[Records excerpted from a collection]
......
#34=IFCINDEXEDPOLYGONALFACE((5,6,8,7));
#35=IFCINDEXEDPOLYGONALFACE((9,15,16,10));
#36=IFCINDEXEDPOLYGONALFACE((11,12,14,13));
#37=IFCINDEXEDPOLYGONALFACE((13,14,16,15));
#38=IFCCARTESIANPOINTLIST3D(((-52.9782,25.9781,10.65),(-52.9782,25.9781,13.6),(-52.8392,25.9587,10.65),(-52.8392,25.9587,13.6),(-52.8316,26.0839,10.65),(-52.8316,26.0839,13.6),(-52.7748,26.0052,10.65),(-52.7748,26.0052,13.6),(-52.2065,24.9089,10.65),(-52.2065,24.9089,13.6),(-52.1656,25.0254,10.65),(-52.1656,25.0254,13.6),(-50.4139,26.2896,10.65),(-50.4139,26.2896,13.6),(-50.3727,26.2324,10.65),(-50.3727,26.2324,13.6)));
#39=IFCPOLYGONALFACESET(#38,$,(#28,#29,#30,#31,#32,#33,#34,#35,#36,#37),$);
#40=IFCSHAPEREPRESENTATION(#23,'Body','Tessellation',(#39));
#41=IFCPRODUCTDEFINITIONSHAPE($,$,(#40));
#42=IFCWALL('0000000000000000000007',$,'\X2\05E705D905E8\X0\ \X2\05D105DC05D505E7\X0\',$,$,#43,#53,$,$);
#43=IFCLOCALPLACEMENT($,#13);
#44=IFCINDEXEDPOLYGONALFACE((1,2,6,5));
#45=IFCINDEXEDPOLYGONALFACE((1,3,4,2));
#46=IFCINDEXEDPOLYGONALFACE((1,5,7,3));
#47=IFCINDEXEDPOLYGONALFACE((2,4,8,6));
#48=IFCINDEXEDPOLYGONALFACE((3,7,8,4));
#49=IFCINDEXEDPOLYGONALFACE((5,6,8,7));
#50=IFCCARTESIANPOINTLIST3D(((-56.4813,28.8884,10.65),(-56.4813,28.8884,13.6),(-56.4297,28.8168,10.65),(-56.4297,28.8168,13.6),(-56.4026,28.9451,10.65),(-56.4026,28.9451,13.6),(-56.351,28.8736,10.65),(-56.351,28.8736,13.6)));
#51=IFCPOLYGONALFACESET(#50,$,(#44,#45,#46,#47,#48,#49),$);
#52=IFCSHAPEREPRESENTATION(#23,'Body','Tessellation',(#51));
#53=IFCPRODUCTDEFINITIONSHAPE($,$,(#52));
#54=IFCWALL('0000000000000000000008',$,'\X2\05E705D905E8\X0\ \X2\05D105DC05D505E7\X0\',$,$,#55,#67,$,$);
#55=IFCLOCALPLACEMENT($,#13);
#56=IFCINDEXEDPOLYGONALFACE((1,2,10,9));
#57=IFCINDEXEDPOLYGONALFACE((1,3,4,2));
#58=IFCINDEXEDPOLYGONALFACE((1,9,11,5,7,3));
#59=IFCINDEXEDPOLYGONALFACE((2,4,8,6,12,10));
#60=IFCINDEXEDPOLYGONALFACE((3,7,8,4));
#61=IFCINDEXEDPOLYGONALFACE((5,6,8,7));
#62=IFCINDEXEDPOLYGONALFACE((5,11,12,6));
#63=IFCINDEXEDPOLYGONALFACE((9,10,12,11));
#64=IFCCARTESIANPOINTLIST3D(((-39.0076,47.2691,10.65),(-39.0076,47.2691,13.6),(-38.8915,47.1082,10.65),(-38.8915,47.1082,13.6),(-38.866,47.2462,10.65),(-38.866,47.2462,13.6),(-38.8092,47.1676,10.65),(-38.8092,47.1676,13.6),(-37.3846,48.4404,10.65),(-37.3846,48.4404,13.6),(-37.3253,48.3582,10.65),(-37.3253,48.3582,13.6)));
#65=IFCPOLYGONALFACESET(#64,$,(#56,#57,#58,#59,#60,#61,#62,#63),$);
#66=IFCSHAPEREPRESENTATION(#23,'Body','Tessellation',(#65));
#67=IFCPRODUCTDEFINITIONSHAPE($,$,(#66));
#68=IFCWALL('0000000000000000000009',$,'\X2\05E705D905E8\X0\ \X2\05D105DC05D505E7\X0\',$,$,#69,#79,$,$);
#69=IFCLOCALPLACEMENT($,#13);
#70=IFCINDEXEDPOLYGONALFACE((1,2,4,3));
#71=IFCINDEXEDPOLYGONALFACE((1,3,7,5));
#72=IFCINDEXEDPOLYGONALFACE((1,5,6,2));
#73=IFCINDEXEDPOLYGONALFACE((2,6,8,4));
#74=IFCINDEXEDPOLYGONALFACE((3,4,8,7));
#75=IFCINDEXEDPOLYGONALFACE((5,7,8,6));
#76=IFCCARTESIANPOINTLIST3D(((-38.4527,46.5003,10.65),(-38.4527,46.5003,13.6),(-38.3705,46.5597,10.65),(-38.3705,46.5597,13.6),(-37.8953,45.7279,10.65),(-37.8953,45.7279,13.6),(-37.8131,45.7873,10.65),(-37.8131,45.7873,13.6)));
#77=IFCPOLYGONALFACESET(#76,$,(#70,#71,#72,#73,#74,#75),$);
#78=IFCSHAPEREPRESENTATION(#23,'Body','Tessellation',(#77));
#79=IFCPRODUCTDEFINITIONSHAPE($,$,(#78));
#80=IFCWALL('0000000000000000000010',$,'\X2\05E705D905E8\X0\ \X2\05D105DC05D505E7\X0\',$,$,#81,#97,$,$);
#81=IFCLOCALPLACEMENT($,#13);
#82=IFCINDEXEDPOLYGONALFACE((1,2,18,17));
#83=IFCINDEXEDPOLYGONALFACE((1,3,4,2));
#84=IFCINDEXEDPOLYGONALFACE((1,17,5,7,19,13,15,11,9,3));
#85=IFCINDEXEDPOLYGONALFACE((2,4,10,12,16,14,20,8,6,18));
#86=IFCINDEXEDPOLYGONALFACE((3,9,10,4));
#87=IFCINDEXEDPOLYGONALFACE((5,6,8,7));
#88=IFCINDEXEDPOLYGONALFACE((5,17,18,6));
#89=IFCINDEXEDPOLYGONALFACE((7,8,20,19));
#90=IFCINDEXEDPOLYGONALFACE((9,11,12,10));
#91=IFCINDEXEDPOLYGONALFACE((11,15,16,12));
......
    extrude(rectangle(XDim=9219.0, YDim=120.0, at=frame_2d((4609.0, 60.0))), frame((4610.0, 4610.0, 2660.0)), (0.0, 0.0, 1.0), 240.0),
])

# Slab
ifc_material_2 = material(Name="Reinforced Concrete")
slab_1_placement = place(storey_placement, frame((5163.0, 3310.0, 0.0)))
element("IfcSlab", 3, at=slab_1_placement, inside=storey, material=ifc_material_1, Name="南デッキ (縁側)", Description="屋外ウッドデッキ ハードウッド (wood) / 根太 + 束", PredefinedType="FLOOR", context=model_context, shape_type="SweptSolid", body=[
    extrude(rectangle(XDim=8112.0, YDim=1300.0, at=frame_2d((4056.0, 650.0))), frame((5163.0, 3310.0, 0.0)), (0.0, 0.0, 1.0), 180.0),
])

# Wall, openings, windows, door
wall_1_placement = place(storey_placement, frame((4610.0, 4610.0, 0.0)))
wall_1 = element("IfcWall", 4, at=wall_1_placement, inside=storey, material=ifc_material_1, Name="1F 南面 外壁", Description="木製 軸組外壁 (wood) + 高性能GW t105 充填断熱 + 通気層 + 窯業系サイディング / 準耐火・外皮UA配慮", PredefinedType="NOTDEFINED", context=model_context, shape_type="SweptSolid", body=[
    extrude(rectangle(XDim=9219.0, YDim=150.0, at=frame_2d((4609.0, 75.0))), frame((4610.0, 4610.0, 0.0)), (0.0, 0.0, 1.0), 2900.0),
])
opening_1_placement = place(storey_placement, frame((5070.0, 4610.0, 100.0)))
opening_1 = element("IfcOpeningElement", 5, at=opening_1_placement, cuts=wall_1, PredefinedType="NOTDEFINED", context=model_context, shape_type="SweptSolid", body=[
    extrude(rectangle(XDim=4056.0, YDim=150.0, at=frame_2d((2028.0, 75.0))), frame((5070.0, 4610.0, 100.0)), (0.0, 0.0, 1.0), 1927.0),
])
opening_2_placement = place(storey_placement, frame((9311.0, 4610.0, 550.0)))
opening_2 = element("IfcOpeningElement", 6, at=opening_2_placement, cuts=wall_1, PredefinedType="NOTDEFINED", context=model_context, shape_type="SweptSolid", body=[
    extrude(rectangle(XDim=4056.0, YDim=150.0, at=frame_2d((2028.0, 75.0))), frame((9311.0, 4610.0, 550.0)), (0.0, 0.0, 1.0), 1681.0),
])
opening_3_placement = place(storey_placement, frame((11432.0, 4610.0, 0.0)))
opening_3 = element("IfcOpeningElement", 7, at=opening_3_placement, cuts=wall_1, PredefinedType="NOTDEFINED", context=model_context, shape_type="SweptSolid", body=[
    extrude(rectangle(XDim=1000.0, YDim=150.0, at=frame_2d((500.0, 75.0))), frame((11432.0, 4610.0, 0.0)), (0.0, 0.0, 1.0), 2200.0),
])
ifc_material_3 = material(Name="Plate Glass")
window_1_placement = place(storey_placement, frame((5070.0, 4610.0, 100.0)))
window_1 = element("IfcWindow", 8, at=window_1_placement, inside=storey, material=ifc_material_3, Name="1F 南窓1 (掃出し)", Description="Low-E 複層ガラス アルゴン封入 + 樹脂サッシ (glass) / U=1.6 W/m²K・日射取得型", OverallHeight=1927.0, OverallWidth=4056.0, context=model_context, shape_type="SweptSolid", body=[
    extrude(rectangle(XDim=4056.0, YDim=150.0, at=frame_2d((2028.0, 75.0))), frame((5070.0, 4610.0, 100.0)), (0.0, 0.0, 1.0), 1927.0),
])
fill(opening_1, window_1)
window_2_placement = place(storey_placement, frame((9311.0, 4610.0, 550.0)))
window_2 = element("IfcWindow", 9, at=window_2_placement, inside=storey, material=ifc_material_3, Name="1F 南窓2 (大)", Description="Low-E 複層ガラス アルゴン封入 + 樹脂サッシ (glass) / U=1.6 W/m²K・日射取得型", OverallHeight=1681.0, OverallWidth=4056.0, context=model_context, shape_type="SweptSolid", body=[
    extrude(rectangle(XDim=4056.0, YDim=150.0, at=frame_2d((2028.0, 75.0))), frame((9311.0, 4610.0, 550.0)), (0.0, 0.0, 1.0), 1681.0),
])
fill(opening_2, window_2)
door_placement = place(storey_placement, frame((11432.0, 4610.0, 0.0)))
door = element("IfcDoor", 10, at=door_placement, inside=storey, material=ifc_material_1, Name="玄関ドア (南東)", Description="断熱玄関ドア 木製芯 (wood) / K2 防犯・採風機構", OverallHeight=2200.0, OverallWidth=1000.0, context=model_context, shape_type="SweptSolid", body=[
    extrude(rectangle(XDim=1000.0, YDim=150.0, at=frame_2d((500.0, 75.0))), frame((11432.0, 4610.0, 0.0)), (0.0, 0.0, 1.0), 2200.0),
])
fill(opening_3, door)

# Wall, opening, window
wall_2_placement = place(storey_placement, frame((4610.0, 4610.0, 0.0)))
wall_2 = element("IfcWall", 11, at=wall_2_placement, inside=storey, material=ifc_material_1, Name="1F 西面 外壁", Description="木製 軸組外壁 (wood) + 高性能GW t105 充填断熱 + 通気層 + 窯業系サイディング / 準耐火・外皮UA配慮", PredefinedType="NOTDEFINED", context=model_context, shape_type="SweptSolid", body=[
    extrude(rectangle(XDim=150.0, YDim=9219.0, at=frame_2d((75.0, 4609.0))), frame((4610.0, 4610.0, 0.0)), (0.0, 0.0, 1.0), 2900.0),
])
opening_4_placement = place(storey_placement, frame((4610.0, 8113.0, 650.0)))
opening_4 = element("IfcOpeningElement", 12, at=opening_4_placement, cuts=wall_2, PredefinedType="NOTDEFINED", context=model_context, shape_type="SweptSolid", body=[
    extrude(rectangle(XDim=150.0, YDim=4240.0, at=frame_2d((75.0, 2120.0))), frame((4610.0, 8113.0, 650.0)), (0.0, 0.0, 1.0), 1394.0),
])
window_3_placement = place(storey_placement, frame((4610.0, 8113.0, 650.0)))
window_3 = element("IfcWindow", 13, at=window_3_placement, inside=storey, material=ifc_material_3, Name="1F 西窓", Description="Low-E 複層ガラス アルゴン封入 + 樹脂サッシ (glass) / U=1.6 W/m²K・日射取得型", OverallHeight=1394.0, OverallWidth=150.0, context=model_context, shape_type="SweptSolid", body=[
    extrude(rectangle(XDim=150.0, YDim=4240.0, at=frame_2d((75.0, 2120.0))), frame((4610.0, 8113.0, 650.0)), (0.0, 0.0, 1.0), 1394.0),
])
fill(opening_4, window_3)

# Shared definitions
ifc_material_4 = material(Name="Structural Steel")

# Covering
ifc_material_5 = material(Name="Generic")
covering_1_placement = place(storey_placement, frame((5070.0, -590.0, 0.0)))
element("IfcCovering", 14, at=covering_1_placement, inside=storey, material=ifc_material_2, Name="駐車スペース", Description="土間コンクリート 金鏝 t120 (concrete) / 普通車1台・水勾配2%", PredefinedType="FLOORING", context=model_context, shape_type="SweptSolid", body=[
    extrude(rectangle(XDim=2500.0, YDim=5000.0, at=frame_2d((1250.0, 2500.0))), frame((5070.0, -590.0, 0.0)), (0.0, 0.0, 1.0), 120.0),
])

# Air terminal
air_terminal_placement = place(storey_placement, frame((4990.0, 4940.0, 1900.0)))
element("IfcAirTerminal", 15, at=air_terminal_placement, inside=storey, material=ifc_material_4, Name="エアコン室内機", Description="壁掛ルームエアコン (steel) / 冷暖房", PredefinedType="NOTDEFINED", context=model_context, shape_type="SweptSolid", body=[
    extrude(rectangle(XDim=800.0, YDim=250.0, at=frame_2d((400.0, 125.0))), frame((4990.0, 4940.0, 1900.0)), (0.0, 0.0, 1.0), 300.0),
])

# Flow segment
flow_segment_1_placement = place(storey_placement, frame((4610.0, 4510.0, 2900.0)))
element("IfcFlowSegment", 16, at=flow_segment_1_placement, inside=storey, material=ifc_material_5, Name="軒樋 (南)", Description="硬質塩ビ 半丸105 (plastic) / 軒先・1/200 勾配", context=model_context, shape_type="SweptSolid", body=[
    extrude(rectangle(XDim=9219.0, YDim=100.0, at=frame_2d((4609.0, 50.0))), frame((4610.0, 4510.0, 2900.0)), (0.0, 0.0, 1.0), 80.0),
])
......
* [WHAT NEEDS TO BE DONE]: Take the lines above from the one containing "#62=IFCINDEXEDPOLYGONALFACE((5,11,12,6));" to the one containing "#66=IFCSHAPEREPRESENTATION(#23,'Body','Tessellation',(#65));" and retype them exactly, both ends included, with nothing added.

* [SOLUTION TO THE PROBLEM]:
#62=IFCINDEXEDPOLYGONALFACE((5,11,12,6));
#63=IFCINDEXEDPOLYGONALFACE((9,10,12,11));
#64=IFCCARTESIANPOINTLIST3D(((-39.0076,47.2691,10.65),(-39.0076,47.2691,13.6),(-38.8915,47.1082,10.65),(-38.8915,47.1082,13.6),(-38.866,47.2462,10.65),(-38.866,47.2462,13.6),(-38.8092,47.1676,10.65),(-38.8092,47.1676,13.6),(-37.3846,48.4404,10.65),(-37.3846,48.4404,13.6),(-37.3253,48.3582,10.65),(-37.3253,48.3582,13.6)));
#65=IFCPOLYGONALFACESET(#64,$,(#56,#57,#58,#59,#60,#61,#62,#63),$);
#66=IFCSHAPEREPRESENTATION(#23,'Body','Tessellation',(#65));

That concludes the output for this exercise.